Stored items:
[Start of section]
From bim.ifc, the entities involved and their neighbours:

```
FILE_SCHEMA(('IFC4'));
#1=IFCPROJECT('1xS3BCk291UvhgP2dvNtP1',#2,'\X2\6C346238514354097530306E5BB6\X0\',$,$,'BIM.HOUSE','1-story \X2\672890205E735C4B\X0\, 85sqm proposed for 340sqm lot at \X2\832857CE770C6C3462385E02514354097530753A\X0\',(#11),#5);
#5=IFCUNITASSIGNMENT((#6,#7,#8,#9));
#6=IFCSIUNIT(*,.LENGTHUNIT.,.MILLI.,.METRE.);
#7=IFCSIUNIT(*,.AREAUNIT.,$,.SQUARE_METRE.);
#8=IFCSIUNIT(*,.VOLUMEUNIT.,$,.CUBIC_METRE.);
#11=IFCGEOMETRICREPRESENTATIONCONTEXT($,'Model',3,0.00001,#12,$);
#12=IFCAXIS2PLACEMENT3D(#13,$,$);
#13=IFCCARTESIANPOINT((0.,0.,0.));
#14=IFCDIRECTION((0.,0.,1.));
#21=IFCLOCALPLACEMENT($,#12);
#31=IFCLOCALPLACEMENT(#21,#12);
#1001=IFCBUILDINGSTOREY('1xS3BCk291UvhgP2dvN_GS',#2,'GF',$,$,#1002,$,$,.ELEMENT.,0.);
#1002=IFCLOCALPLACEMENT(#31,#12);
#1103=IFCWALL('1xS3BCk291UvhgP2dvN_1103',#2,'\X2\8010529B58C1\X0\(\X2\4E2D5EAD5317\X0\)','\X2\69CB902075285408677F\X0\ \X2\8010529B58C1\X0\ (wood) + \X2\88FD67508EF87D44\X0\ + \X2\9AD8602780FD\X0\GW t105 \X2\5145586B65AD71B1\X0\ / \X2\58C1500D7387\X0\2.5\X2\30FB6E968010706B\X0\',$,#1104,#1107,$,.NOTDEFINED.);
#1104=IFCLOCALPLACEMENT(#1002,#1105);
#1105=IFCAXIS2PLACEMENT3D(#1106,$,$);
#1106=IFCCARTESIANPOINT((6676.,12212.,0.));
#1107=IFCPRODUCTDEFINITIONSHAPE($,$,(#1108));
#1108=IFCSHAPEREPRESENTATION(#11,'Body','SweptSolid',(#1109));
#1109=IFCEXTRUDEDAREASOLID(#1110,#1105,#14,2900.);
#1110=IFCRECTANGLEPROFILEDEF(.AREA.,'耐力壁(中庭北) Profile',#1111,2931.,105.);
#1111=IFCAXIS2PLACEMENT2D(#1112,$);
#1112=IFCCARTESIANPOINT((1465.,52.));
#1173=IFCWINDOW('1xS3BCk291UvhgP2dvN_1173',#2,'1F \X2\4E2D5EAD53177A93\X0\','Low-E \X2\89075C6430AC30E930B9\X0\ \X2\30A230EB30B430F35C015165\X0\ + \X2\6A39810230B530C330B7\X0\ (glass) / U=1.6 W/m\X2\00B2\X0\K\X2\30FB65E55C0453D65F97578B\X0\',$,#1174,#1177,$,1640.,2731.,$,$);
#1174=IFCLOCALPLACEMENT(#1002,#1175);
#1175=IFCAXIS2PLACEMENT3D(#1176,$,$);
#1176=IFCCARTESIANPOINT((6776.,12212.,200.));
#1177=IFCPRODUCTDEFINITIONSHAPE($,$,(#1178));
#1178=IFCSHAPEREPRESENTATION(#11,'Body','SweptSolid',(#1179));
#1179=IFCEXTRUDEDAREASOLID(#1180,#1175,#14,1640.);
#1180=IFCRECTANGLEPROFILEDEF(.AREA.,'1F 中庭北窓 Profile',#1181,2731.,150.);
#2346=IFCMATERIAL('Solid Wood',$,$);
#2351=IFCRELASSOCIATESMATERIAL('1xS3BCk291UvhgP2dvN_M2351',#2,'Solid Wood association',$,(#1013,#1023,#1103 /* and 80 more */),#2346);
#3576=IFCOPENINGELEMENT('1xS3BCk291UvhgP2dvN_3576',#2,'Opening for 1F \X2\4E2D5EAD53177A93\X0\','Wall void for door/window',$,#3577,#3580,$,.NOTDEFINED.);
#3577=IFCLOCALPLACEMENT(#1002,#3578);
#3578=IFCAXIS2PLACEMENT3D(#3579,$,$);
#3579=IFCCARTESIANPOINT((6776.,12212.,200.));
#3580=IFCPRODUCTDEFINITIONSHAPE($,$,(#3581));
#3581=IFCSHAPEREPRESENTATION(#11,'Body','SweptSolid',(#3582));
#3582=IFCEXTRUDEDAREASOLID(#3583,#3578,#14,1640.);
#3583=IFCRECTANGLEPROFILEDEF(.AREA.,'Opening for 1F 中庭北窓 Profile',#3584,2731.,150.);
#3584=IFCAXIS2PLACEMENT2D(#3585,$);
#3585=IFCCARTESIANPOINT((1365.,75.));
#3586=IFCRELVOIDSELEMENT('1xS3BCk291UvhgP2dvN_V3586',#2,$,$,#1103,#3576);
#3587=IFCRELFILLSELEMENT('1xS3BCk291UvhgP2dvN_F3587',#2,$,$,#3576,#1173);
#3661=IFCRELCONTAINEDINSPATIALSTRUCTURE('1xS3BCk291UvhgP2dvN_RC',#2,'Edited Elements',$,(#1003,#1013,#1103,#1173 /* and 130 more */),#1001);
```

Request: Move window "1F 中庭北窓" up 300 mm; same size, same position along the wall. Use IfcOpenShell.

```python
import numpy as np
import ifcopenshell
import ifcopenshell.api.geometry
import ifcopenshell.util.placement
import ifcopenshell.util.unit

model = ifcopenshell.open("bim.ifc")
unit_scale = ifcopenshell.util.unit.calculate_unit_scale(model)

window = model.by_guid("1xS3BCk291UvhgP2dvN_1173")
opening = window.FillsVoids[0].RelatingOpeningElement
dz = 0.3 / unit_scale

shift = np.array([0.0, 0.0, dz])
# The window is not placed relative to its opening, so move both.
for product in (opening, window):
    matrix = ifcopenshell.util.placement.get_local_placement(product.ObjectPlacement)
    matrix[:3, 3] += shift
    ifcopenshell.api.geometry.edit_object_placement(model, product=product, matrix=matrix, is_si=False)

print(f"moved by {dz * unit_scale:+.3f} m")

model.write("bim_rev.ifc")
```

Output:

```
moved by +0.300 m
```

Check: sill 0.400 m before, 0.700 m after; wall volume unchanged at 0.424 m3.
[End of section]
Across the entries above, work out how many lines hold "more". The answer is that number alone.

2